Emanuel Centurión

Personal information
- Full name: Emanuel Adrián Centurión
- Date of birth: 25 August 1982 (age 42)
- Place of birth: Lomas de Zamora, Argentina
- Height: 1.76 m (5 ft 9 in)
- Position(s): Left winger

Senior career*
- Years: Team / Apps / (Gls)
- 2001–2003: Vélez Sársfield / 45 / (3)
- 2003–2004: VfB Stuttgart / 6 / (0)
- 2005–2006: Vélez Sársfield / 35 / (4)
- 2006–2007: Colón / 29 / (5)
- 2008–2011: Atlas / 13 / (1)
- 2008–2009: → Independiente (loan) / 16 / (0)
- 2009–2010: → Chacarita Juniors (loan) / 34 / (1)
- 2010: → U. de Chile (loan) / 7 / (0)
- 2011: → San Martín de Tucumán (loan) / 19 / (1)
- 2011–2012: Chacarita Juniors / 22 / (0)
- 2012–2014: Alvarado / 14 / (0)
- 2014–2015: Sud América / 30 / (0)
- 2016–2017: Independiente Rivadavia / 5 / (0)
- 2017: Atlético Baradero / 4 / (0)

= Emanuel Centurión =

Argentine footballer (born 1982)

Emanuel Centurión (born 25 August 1982) is an Argentine football midfielder.

==Career==
Born in Lomas de Zamora, Centurión started his career in 2001 with Vélez Sársfield. Between 2003 and 2004 he played for VfB Stuttgart in Germany.
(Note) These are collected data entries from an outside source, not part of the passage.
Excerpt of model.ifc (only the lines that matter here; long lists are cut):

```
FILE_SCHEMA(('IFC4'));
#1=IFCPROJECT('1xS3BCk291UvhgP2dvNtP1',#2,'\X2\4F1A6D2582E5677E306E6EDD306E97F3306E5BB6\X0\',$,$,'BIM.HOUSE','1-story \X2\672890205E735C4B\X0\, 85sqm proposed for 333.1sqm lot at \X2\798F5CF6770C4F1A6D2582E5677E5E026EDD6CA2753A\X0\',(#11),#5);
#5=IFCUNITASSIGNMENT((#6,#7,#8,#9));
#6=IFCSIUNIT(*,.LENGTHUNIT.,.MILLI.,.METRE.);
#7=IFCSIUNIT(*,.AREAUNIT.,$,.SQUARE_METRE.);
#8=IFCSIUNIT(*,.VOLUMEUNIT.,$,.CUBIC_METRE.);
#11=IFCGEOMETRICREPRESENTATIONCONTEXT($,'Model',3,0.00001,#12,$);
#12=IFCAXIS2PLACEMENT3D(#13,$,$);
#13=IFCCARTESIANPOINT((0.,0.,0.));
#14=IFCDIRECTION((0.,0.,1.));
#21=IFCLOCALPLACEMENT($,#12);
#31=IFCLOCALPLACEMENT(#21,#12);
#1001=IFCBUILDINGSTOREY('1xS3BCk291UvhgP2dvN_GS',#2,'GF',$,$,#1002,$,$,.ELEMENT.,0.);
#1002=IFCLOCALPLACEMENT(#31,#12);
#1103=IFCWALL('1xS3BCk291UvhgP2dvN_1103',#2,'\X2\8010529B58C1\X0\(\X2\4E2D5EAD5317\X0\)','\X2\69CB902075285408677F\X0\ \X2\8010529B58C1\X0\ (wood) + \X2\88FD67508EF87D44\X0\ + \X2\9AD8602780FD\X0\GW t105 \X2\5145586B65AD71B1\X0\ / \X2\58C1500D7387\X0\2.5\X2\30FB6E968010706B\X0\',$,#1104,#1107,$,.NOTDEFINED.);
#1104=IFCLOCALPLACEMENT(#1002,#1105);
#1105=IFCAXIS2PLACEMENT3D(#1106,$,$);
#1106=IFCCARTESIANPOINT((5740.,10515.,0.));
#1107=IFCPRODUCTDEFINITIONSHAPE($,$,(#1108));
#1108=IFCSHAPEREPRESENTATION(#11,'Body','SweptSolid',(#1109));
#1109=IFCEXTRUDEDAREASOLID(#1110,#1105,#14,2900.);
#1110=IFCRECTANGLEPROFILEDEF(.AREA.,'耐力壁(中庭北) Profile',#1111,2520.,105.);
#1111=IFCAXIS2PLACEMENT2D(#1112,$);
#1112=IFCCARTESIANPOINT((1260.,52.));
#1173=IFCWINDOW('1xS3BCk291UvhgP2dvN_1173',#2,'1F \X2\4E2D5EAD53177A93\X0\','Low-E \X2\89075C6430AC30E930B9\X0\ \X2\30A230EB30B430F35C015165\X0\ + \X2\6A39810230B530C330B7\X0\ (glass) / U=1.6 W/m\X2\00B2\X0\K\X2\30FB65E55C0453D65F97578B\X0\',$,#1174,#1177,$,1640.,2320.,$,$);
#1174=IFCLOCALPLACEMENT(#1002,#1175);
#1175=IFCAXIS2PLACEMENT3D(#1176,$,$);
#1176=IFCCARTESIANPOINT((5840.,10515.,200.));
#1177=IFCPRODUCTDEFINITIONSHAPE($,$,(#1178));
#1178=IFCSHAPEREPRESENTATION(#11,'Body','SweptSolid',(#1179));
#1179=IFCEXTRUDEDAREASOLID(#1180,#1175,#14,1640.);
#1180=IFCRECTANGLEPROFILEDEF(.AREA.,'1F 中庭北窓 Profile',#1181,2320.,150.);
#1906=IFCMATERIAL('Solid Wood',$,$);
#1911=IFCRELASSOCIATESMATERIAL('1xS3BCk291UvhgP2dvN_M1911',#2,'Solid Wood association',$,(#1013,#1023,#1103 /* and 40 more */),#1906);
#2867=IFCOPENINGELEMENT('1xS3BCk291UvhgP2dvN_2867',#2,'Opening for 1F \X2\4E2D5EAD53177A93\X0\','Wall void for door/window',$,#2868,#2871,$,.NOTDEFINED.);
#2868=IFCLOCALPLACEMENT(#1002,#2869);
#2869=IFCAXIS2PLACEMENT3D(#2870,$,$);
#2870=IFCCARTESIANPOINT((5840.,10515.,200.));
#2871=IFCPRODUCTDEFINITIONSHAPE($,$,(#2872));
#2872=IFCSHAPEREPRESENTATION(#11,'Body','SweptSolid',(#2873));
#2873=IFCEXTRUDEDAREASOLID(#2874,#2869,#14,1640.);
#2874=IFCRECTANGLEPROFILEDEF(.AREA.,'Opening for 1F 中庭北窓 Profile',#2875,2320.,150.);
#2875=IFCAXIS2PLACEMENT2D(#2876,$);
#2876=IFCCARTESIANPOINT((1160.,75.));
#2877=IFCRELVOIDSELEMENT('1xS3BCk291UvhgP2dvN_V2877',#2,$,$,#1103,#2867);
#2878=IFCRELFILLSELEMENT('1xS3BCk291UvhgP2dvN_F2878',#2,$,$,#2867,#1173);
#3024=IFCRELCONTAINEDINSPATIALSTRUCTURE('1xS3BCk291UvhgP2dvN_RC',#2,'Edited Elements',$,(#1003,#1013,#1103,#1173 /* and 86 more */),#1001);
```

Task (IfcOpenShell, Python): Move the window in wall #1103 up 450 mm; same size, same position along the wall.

```python
import numpy as np
import ifcopenshell
import ifcopenshell.api.geometry
import ifcopenshell.util.placement
import ifcopenshell.util.unit

model = ifcopenshell.open("model.ifc")
unit_scale = ifcopenshell.util.unit.calculate_unit_scale(model)

window = model.by_guid("1xS3BCk291UvhgP2dvN_1173")
opening = window.FillsVoids[0].RelatingOpeningElement
dz = 0.45 / unit_scale

shift = np.array([0.0, 0.0, dz])
# The window is not placed relative to its opening, so move both.
for product in (opening, window):
    matrix = ifcopenshell.util.placement.get_local_placement(product.ObjectPlacement)
    matrix[:3, 3] += shift
    ifcopenshell.api.geometry.edit_object_placement(model, product=product, matrix=matrix, is_si=False)

print(f"moved by {dz * unit_scale:+.3f} m")

model.write("model_edited.ifc")
```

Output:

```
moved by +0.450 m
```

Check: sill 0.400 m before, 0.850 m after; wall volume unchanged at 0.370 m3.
In 2005 Centurión returned to Velez and helped them to win the Clausura 2005 tournament.

Centurión left Vélez to join Colón for the 2006 Clausura, and was signed by Mexican side Atlas in January 2008. His Mexican spell would be short-lived however, Centurión returning to Argentina with Buenos Aires club Independiente for the start of the 2008 Apertura Tournament.